With your explicit consent, designated carers may receive:

• High-level insights only — aggregated activity summaries
• No granular detail — carers cannot see individual actions
• No night-time data — unless an emergency alert is triggered
• Instant revocation — you can remove carer access at any time without affecting your own use

What we do not do

• We never sell your personal data
• We never use your data for advertising
• We never share your data with any third party without your fresh, specific consent
• We do not use your data for automated decision-making that produces legal or similarly significant effects on you

International transfers

Currently, only visual-language-model inference is processed outside the UK, via the Google Gemini API. All other processing takes place in the UK.

For that limited transfer, data is sent encrypted, minimised to what is strictly necessary for the inference task, and is covered by the UK International Data Transfer Addendum to the EU Commission Standard Contractual Clauses together with a transfer risk assessment. We are working to bring this processing within the UK through self-hosted infrastructure.

How long we keep information

Data category	Retention period
Raw data (images, audio, movement)	24 hours from processing
Derived inferences	Duration of active account
Activity summaries shared with carers	90 days, or as agreed with you
Account details	Up to 3 years after closure or last interaction
Health and accessibility information	Maximum 7 years from last service interaction (Limitation Act 1980)
Payment details	Up to 1 year after final transaction or account closure
Error reports / pseudonymised diagnostics	12 months
Anonymised usage data	Up to 12 months
App settings and preferences	Up to 3 years after closure
Communications and support records	Up to 1 year from last interaction

Special circumstances

• Death of the user. Health-related data deleted within 30 days of notification, subject to any legal hold.
• Loss of capacity. Authorised representative may request earlier deletion; otherwise standard retention applies, with periodic review.
• Inactive accounts. Closed after 1 year of inactivity; we attempt to contact you first where contact details remain valid.
• Account deletion via the app. Personal data erased immediately, except where longer retention is required by law. Raw data is always deleted within the 24-hour window regardless of account state.

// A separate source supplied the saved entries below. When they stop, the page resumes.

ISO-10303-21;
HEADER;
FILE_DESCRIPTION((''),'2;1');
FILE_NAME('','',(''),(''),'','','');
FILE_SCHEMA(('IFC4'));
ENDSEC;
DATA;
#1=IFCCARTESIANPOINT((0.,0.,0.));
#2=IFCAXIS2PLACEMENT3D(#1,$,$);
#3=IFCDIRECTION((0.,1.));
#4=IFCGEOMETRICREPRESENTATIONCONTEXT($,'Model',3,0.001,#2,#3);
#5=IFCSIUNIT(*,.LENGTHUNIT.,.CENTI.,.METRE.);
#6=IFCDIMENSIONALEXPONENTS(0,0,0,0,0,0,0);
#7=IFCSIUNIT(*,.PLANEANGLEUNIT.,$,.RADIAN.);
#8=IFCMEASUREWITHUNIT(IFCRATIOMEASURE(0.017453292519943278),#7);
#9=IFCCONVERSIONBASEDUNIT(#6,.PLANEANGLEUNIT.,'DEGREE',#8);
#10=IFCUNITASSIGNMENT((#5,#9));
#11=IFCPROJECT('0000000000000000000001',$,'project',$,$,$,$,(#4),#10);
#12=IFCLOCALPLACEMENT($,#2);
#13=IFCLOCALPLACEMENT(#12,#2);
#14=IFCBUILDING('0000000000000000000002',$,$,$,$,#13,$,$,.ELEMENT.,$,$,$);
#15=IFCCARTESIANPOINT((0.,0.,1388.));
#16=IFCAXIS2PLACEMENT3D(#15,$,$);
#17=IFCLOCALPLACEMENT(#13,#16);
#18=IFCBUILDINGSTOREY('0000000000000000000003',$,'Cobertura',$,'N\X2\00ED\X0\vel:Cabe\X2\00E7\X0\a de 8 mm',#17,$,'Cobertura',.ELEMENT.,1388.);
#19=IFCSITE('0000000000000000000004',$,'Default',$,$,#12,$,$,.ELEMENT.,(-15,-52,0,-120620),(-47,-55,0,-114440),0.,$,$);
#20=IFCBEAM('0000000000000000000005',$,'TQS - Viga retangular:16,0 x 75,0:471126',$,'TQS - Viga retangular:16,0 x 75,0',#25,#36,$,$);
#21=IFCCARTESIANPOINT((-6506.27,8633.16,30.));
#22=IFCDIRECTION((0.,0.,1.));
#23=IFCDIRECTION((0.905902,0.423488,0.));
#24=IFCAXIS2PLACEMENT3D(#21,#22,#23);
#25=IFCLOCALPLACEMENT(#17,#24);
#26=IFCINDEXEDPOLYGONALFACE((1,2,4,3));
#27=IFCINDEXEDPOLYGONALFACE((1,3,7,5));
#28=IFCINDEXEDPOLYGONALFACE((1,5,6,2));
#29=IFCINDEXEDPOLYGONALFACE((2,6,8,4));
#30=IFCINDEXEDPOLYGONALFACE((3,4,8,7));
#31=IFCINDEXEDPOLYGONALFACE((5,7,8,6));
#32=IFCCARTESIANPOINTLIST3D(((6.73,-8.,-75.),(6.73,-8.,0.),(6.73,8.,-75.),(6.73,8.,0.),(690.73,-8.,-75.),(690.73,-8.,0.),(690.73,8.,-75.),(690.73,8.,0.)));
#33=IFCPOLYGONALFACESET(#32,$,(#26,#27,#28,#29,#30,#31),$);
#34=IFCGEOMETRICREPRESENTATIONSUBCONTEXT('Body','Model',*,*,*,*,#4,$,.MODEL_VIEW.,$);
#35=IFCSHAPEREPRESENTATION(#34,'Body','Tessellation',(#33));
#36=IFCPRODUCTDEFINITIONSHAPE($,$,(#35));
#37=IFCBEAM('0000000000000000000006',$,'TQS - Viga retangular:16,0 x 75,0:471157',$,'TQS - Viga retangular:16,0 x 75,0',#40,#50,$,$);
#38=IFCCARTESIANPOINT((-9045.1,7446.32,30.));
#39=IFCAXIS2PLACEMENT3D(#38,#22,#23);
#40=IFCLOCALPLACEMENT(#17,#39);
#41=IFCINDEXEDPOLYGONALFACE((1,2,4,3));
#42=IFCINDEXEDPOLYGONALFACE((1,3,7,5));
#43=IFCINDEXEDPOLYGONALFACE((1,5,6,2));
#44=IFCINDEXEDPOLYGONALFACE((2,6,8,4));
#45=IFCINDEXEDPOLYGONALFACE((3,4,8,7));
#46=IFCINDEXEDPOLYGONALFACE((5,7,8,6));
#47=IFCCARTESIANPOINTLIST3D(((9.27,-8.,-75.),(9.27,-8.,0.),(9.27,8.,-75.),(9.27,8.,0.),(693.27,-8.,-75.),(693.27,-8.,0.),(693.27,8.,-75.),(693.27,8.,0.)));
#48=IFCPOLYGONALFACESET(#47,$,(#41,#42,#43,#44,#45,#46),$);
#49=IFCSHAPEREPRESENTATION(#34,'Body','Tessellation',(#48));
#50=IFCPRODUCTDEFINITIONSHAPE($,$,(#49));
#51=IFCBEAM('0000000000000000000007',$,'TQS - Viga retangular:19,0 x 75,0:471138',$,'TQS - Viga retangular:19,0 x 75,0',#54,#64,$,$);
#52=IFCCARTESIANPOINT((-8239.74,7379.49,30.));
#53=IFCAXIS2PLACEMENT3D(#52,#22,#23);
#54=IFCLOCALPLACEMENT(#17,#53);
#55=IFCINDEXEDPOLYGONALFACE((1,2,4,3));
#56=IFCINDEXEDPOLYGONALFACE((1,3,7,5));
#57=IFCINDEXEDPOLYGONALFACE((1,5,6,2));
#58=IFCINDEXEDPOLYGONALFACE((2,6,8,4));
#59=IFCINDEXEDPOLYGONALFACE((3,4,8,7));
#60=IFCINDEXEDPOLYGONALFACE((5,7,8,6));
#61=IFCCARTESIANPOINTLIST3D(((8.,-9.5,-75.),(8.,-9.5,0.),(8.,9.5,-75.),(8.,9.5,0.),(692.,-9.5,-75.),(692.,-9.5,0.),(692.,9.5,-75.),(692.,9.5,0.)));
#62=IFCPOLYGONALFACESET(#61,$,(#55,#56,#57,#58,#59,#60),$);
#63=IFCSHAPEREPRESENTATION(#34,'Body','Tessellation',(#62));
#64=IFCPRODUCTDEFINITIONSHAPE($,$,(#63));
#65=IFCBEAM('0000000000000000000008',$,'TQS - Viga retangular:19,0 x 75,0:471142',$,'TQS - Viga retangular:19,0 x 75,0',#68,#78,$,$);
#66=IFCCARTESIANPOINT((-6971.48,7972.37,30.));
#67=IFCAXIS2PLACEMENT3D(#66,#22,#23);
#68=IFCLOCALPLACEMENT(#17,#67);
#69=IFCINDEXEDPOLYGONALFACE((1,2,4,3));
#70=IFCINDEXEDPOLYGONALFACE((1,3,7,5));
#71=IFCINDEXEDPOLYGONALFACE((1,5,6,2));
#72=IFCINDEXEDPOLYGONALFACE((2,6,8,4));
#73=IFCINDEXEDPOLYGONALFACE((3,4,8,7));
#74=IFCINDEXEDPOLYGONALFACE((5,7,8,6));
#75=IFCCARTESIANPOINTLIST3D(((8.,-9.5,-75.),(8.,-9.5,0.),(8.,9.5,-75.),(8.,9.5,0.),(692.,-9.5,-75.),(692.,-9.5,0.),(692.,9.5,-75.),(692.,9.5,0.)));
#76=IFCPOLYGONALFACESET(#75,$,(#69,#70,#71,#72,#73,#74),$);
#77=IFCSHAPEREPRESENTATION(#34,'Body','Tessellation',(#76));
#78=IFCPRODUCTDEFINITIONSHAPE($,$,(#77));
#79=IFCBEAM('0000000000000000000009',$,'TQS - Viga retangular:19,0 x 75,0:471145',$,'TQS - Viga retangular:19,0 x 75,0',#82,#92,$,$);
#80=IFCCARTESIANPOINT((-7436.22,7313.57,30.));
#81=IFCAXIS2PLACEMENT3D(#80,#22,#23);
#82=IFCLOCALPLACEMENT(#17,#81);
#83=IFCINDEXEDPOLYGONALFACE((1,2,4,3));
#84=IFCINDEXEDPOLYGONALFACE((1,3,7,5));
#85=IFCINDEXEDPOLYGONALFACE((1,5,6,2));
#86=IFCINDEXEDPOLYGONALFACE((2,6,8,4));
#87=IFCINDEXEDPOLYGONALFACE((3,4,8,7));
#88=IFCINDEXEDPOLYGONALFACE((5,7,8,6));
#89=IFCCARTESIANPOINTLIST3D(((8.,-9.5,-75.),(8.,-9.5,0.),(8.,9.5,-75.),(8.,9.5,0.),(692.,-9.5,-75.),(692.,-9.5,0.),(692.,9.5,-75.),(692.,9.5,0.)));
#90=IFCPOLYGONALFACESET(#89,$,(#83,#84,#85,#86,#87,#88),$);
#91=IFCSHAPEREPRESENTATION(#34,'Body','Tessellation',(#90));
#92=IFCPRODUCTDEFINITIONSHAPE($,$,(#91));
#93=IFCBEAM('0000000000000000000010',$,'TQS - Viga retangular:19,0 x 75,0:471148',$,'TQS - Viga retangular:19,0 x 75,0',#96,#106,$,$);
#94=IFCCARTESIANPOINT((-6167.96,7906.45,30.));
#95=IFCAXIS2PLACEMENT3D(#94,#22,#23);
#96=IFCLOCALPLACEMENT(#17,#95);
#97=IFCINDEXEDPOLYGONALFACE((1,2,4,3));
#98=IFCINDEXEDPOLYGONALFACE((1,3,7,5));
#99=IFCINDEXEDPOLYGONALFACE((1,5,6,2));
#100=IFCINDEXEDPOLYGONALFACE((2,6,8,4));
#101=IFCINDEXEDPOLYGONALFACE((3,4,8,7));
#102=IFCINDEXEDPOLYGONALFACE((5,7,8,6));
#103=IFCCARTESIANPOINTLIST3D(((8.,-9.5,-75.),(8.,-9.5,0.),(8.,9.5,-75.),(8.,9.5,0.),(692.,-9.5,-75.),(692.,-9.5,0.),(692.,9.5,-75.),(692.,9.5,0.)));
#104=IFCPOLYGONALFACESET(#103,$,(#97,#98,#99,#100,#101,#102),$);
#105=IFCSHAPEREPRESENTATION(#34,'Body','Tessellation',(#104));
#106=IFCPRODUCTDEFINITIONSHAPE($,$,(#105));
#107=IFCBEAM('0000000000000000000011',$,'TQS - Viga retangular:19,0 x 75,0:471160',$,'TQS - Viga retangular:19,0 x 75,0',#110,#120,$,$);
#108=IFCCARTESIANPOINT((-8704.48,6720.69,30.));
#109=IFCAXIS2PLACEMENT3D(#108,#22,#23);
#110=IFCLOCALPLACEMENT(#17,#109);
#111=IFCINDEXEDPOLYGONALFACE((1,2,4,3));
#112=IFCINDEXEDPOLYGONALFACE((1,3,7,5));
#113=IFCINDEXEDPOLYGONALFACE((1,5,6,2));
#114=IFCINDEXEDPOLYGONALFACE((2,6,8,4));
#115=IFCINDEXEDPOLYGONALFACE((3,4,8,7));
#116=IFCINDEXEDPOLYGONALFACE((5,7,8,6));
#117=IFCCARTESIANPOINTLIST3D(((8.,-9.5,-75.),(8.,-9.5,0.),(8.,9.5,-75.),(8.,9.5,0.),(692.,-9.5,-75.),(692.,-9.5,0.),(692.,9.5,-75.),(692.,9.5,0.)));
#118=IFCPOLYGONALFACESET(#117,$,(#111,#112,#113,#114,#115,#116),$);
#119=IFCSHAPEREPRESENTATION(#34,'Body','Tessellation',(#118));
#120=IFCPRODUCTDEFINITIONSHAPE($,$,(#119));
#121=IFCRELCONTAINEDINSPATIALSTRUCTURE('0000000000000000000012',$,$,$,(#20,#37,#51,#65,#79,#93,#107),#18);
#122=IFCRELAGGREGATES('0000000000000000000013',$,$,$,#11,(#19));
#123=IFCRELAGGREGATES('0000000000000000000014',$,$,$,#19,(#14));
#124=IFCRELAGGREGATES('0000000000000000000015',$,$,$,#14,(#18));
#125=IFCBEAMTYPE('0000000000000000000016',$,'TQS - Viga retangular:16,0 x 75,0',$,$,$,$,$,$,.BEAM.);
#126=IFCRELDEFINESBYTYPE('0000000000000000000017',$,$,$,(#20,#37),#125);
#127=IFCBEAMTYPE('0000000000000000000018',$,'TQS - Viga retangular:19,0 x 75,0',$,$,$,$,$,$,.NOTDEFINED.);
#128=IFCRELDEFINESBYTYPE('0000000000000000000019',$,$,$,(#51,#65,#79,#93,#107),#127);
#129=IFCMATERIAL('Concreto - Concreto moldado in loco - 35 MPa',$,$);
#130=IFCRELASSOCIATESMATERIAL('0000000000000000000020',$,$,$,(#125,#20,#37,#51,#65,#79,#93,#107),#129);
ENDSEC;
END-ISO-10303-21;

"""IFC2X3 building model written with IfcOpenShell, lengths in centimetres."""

from ifc_helpers import new_model, entity, si_unit, converted_unit, direction, frame, frame_2d, origin, place, context, subcontext, project, spatial, rectangle, extrude, material, type_object, element, save


model = new_model("IFC2X3")

# Units and contexts
model_context = context("Model", 3, precision=0.001, world=origin(), true_north=direction((0.0, 1.0)))
body_context = subcontext(model_context, "Body", "Model", "MODEL_VIEW")
ifc_project = project(units=[si_unit("LENGTHUNIT", "METRE", prefix="CENTI"), converted_unit("PLANEANGLEUNIT", "DEGREE", entity("IfcRatioMeasure", 0.017453292519943278), si_unit("PLANEANGLEUNIT", "RADIAN"), dimensions=[0, 0, 0, 0, 0, 0, 0])], contexts=[model_context])

# Site, building, storey
site_placement = place(None, origin())
site = spatial("IfcSite", under=ifc_project, at=site_placement, Name="Default", CompositionType="ELEMENT", RefLatitude=(-15, -52, 0, -120620), RefLongitude=(-47, -55, 0, -114440), RefElevation=0.0)
building_placement = place(site_placement, origin())
building = spatial("IfcBuilding", under=site, at=building_placement, CompositionType="ELEMENT")
storey_placement = place(building_placement, frame((0.0, 0.0, 1388.0)))
storey = spatial("IfcBuildingStorey", under=building, at=storey_placement, Name="Cobertura", ObjectType="Nível:Cabeça de 8 mm", LongName="Cobertura", CompositionType="ELEMENT", Elevation=1388.0)

# Beams
ifc_material = material(Name="Concreto - Concreto moldado in loco - 35 MPa")
beam_type_1 = type_object("IfcBeamType", Name="TQS - Viga retangular:16,0 x 75,0", PredefinedType="BEAM", material=ifc_material)
beam_1_placement = place(storey_placement, frame((-6506.27, 8633.16, 30.0), z_axis=(0.0, 0.0, 1.0), x_axis=(0.905902, 0.423488, 0.0)))
element("IfcBeam", 1, at=beam_1_placement, inside=storey, type_object=beam_type_1, material=ifc_material, Name="TQS - Viga retangular:16,0 x 75,0:471126", ObjectType="TQS - Viga retangular:16,0 x 75,0", context=body_context, shape_type="SweptSolid", body=[
    extrude(rectangle(XDim=75.0, YDim=16.0, at=frame_2d((0.0, 0.0), x_axis=(1.0, 0.0))), frame((6.73, 0.0, -37.5), z_axis=(1.0, 0.0, 0.0), x_axis=(0.0, 0.0, -1.0)), (0.0, 0.0, 1.0), 684.0),
])
beam_2_placement = place(storey_placement, frame((-9045.1, 7446.32, 30.0), z_axis=(0.0, 0.0, 1.0), x_axis=(0.905902, 0.423488, 0.0)))
element("IfcBeam", 2, at=beam_2_placement, inside=storey, type_object=beam_type_1, material=ifc_material, Name="TQS - Viga retangular:16,0 x 75,0:471157", ObjectType="TQS - Viga retangular:16,0 x 75,0", context=body_context, shape_type="SweptSolid", body=[
    extrude(rectangle(XDim=75.0, YDim=16.0, at=frame_2d((0.0, 0.0), x_axis=(1.0, 0.0))), frame((9.27, 0.0, -37.5), z_axis=(1.0, 0.0, 0.0), x_axis=(0.0, 0.0, -1.0)), (0.0, 0.0, 1.0), 684.0),
])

All personal data is stored encrypted with access controls. On expiry of the retention period, data is permanently and irreversibly deleted.

Security measures

• AES-256 encryption at rest; TLS 1.3 in transit
• Role-based access with multi-factor authentication for staff
• Regular security review and incident response procedures
• Maintained Software Bill of Materials for all dependencies
• Logical separation of user data on shared infrastructure

Data Protection Impact Assessment (DPIA)

CrossSense processes special category health data and carries out systematic monitoring of vulnerable individuals in their homes. A DPIA has been completed and is reviewed regularly, and after any model retraining, privacy-affecting feature, or change of processor. Key risks tracked include: over-reliance and skill atrophy, carer surveillance creep, model inversion, incidental capture of non-users, inferred special category data, and capacity-related consent erosion. We consult external stakeholders, including dementia-support organisations, in our review process.

Regulatory background

CrossSense Ltd (then operating jointly with Animorph Ltd) participated in the ICO's Regulatory Sandbox between November 2024 and early 2026. This notice reflects the conclusions of that work and the post-Sandbox change of operating entity.

How to complain

If you have any concerns about our use of your personal data, please contact us using the details above.

If you remain unhappy after raising the concern with us, you can complain to the Information Commissioner's Office:

Information Commissioner's Office
Wycliffe House
Water Lane
Wilmslow
Cheshire SK9 5AF

Helpline: 0303 123 1113

Website: https://www.ico.org.uk/make-a-complaint

Changes to this notice

We review this notice periodically and update it to reflect changes to our service, infrastructure, or legal obligations. Material changes will be communicated through the companion app and by email where we hold a current address for you.